# Tipplers for the wife? Need info please



## sgtpouter (Jan 19, 2007)

hello to all I am still on the quest for the Right pigeon for my wife she liked the Es but we later found they dont really fly. She saw some videos on youtube on tipplers and iwas wondering if there are actual tippler competitions?And if there are is there prize money or trophies diplomas and so on like in pigeon racing? Any info is appreciated on the subject aswell as any links with rules if there are any


----------



## Birdman79 (Aug 9, 2007)

There's no prize money, just trophies for YB,and OB flying competitions. 
http://ftsofusa.tipplers.com/


----------



## sgtpouter (Jan 19, 2007)

Then what breed other than Racing homers can compete not only for trophies but for money ? I'm sorry to be asking and sounding dumb but im strickly a pouter and homer guy.


----------



## lostflight (Aug 18, 2008)

Roller competition is very competitive as well.
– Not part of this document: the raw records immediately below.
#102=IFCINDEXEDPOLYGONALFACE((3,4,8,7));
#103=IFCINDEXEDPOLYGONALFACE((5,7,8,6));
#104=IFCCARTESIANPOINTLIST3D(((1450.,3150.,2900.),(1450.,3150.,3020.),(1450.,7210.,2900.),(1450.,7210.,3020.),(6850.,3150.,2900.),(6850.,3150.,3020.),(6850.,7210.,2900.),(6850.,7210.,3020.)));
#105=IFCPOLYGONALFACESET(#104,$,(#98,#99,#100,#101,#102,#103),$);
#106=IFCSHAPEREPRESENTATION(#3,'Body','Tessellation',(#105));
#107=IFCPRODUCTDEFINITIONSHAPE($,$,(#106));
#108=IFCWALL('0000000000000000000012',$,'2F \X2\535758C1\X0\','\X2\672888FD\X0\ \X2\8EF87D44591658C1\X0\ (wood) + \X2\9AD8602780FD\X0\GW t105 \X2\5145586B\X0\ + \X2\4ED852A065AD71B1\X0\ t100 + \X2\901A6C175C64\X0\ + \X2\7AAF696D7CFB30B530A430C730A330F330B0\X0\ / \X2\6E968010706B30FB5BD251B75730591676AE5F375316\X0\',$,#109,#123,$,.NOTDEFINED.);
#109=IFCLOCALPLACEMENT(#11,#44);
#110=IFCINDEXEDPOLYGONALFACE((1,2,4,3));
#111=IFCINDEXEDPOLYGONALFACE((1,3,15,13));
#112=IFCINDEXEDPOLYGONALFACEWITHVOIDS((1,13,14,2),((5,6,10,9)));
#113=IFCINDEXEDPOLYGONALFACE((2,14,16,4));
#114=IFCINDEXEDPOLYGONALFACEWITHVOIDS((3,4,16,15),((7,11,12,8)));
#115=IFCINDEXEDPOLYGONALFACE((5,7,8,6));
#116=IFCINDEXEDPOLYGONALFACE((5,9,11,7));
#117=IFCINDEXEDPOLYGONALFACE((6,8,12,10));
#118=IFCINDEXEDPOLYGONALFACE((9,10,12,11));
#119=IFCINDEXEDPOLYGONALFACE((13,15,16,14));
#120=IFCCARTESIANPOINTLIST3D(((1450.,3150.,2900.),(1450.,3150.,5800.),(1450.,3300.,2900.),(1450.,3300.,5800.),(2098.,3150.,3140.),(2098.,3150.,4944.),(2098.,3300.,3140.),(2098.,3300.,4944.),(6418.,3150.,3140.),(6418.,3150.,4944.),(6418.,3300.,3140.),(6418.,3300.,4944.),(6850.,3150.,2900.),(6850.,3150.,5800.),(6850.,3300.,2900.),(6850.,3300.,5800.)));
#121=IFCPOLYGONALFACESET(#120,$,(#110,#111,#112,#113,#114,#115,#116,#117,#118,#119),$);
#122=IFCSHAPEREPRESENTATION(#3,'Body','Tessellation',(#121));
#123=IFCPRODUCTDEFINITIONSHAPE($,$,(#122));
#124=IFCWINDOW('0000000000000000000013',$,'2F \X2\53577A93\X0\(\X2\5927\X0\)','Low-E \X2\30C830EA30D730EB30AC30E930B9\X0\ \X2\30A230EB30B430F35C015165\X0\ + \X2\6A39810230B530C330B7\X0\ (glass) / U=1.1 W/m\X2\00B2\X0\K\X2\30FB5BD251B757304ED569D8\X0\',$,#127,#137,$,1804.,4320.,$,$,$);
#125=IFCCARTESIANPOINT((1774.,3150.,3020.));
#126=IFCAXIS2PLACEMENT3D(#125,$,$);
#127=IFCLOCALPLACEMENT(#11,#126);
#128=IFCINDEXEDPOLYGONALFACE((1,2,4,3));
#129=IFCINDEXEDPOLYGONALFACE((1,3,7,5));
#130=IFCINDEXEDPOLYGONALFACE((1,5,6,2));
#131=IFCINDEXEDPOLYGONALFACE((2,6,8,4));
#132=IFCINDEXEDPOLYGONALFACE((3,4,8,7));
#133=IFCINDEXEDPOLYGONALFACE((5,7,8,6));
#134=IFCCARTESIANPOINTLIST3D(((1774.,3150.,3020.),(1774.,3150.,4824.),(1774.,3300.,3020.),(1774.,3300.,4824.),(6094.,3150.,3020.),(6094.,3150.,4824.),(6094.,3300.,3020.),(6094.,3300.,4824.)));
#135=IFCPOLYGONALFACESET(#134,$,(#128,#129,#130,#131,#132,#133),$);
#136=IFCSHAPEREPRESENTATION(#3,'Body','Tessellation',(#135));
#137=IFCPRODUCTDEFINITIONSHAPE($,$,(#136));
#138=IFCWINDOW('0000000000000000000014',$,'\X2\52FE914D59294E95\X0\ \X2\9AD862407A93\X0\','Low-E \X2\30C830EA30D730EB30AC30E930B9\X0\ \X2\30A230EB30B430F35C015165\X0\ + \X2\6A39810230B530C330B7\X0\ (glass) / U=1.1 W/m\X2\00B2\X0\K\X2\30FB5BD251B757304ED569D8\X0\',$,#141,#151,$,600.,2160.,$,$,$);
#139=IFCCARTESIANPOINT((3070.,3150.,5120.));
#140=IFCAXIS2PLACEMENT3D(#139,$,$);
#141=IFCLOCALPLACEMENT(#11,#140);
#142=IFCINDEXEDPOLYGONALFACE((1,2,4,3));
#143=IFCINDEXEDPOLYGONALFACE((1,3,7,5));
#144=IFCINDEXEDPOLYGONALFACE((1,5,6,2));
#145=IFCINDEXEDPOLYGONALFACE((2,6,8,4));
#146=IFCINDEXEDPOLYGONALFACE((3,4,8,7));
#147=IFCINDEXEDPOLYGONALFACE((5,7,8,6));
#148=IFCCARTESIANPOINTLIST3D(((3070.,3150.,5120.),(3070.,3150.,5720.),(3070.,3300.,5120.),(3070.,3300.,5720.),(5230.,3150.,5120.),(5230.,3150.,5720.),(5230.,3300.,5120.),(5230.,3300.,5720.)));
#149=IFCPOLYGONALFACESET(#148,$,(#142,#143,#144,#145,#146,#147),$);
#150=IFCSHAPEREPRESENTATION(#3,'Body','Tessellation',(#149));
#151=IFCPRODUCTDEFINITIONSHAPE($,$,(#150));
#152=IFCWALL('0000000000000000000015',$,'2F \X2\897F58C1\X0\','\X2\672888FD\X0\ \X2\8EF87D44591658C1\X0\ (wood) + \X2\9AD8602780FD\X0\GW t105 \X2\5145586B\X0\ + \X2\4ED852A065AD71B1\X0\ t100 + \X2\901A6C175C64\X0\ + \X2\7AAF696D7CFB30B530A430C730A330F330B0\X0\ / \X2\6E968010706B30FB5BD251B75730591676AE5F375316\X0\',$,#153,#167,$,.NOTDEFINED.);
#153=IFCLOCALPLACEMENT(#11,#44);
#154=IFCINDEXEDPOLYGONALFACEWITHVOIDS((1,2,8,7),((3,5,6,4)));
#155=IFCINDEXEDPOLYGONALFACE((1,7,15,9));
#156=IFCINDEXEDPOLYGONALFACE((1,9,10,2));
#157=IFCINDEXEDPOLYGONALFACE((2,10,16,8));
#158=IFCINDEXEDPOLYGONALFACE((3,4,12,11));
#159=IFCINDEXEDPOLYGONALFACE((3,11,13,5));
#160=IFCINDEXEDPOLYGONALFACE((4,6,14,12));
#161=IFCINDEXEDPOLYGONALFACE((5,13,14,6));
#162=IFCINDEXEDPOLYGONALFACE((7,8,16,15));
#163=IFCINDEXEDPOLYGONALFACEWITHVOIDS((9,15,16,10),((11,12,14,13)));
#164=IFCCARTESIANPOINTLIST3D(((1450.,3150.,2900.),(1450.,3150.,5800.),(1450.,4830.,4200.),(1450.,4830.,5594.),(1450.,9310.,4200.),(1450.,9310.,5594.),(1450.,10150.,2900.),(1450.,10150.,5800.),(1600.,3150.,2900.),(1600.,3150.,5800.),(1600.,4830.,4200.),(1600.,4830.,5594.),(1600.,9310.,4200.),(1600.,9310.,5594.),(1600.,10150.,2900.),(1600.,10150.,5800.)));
Although I don't know about big prize money.


----------



## fresnobirdman (Dec 27, 2008)

futurity fly gives money.
roller is for pure enjoyment only. not a money game. 
and their for roller pigeons not trippers.


----------



## fresnobirdman (Dec 27, 2008)

rollers are chick flicks.
i introduced them to my girlfriend and she liked them because they ate off her hand and came home in command, plus their small and are good for the hands of a girl.


----------



## ND Cooper (Mar 4, 2008)

If that was really true, then Every guy would Own Rollers! 
Really, though, I had Rollers in the 70's, after that, my Wife made me get rid of them !!!


----------